Kayyum atanan 101 belediyeye bugüne kadar yapılan yatırım tutarının 1,3 milyar, kardeş belediyelerden aktarılan kaynağın ise 305 milyon lira olduğunu bildiren Yıldırım, "1,5 milyar liradan bahsediyoruz. Eğer bu belediyelere el konulmasaydı bu para terör örgütüne aktarılacaktı. Hesap bu kadar basit. Şimdi Allah'a şükür bu kaynağın bir kuruşu dahi terör örgütüne gitmiyor, şehirlerin, ilçelerin, beldelerin imarı, güzelleşmesi için harcanıyor. Batman'da, Cizre'de çocuklarımız taş atmıyor, top sahalarında oyun oynuyorlar. Parklarda bahçelerde geziniyorlar. Kütüphanelerde kitap okuyorlar. Gelecek için ümitleri yeşerdi, gelecek için çalışıyorlar." dedi.

'Bu iftiraları sorumsuzca seslendirenlere yazıklar olsun'
Doğu ve Güneydoğu'daki vatandaşların baskıyla tehditle sindirilmeye çalışıldığını vurgulayan Yıldırım, şunları kaydetti: 

"Ama başarılı olamadılar, asla da başarılı olamayacaklar. Ne yazık ki hala teröre destek verme alışkanlığının devam ettiğini görüyoruz. Neymiş efendim silahlı insansız hava araçlarına karşılarmış. Niye karşısınız?
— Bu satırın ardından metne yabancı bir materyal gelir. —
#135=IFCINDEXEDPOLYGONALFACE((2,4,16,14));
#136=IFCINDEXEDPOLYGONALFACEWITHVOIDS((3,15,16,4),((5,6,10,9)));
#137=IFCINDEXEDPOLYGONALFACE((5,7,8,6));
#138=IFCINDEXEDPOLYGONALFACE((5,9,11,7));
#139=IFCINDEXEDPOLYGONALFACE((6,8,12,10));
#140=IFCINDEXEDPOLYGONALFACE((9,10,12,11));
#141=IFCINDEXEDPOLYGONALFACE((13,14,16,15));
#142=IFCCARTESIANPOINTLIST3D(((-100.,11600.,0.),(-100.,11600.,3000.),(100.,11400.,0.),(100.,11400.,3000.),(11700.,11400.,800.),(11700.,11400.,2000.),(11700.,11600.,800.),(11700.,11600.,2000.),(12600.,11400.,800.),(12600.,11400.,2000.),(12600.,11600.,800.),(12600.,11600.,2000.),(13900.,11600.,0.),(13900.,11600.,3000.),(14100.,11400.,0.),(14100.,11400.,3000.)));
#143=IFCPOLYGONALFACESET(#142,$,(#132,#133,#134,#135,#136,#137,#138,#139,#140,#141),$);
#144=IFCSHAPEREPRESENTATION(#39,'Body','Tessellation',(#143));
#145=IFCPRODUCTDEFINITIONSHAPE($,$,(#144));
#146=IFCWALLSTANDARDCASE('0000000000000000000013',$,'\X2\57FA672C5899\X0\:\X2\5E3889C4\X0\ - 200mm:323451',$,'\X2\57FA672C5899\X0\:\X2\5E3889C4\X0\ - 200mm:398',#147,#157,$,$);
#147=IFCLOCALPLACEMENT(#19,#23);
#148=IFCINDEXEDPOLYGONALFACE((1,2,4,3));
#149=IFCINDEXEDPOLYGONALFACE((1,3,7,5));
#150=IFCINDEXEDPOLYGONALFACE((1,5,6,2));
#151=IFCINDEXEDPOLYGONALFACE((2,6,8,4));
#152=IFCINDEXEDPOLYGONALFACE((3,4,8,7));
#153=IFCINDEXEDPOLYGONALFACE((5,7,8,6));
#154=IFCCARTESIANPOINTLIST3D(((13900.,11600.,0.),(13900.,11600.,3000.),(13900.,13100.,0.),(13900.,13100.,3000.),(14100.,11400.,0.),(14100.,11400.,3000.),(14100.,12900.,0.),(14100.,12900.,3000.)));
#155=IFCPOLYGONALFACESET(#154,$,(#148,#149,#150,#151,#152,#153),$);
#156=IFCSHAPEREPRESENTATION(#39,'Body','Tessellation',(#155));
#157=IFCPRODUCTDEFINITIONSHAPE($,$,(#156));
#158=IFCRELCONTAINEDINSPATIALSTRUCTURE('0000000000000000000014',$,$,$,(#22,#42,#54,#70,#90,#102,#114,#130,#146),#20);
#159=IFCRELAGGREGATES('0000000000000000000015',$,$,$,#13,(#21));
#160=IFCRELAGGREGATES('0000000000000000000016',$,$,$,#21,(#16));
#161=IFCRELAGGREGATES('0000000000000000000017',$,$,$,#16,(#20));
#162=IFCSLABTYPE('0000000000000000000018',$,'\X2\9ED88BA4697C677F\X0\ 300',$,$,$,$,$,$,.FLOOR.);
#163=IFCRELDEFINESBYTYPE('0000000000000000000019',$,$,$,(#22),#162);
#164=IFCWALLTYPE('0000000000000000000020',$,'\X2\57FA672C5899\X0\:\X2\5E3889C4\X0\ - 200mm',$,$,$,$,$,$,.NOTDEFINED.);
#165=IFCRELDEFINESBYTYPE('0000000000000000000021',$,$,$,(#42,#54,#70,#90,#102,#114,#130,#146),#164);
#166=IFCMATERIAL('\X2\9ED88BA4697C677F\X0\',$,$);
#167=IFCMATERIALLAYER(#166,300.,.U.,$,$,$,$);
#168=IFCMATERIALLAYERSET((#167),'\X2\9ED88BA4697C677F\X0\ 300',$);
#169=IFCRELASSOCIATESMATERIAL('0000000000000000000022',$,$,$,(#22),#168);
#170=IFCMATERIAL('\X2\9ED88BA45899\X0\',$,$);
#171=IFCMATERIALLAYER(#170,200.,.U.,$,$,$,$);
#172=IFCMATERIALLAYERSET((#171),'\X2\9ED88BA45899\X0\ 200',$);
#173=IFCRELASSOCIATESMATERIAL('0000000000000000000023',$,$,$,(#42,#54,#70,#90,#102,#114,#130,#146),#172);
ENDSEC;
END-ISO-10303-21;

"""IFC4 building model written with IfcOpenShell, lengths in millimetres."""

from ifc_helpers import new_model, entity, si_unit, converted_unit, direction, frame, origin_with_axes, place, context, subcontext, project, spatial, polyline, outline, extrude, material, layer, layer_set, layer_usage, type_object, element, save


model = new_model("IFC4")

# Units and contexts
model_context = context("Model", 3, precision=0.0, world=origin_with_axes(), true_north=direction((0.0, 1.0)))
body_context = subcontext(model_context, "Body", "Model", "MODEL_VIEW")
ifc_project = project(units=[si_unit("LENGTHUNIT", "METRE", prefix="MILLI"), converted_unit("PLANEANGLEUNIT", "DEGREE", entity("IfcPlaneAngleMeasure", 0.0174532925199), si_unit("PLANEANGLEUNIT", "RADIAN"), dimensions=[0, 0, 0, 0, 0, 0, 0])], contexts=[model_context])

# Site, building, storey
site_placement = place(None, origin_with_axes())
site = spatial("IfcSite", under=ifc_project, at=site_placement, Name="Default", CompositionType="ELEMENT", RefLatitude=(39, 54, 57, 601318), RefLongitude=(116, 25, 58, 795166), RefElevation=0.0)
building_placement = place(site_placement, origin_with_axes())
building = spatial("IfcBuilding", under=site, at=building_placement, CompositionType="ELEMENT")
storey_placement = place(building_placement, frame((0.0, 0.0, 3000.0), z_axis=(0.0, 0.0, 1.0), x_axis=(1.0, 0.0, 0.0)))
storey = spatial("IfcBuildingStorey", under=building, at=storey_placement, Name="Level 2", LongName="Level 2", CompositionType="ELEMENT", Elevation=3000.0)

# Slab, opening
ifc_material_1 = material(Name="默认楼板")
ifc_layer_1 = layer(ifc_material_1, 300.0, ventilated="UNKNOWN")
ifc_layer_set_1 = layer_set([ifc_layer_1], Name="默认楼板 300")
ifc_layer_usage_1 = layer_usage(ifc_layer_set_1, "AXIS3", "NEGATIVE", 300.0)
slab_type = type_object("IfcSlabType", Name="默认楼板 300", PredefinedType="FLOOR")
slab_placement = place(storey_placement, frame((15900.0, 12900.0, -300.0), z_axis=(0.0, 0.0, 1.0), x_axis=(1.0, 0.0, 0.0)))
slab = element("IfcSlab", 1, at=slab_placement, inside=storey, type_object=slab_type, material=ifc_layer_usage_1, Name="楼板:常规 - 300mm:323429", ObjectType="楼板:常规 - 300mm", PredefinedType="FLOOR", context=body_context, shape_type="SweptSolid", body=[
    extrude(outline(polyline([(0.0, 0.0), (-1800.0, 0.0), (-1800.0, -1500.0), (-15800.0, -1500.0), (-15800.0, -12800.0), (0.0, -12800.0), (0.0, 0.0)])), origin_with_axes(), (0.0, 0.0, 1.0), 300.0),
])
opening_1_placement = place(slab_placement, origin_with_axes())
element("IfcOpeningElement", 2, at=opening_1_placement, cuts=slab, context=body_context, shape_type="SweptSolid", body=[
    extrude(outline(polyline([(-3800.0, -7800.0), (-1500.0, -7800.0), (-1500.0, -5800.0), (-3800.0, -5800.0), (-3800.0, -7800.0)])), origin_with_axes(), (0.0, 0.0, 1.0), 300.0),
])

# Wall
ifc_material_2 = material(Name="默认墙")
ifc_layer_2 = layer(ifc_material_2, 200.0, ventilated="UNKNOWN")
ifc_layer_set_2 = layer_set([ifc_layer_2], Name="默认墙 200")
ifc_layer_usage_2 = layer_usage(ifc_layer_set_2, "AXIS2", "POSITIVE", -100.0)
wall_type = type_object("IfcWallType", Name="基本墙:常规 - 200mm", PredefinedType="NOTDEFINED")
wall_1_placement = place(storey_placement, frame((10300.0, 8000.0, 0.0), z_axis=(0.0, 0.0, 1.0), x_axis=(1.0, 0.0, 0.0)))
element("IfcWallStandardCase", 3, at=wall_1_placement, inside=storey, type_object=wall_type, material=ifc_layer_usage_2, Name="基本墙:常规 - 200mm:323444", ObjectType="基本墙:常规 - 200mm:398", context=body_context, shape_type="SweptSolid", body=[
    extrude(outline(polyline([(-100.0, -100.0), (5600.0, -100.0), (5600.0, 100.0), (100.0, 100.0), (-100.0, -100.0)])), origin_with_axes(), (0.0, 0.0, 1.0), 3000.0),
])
Vatandaşın hayatına kast eden, 'yol medeniyettir' diye yol yaparken, alçakça öldürülen o işçiler varken sesi çıkmayanlar, korucuya, polise, askere, jandarmaya gözünü kırpmadan silah doğrultan alçakları teknolojinin verdiği imkanlarla bertaraf ederken niye karşı çıkıyorsunuz? Siz bu lafları edeceğinize önce 'adalet' diye yürüdüğünüz yollarda kimin koluna girdiğinize bakın da ondan sonra konuşun. Bu iftiraları sorumsuzca seslendirenlere yazıklar olsun. Bu ülkede yaşayıp, bu devletin parasıyla geçinip utanmadan, sıkılmadan hala bunlara söyleyebiliyorlar. Buradan soruyorum. Önünüzde iki yol var, bugün yalanla dolanla devlete, güvenlik güçlerine çamur atmaya çalışıp teröre açıkça destek veriyorsunuz. Peki yarın oy istemek için vatandaşın önüne gittiğinizde bu milletin yüzüne nasıl bakacaksınız?"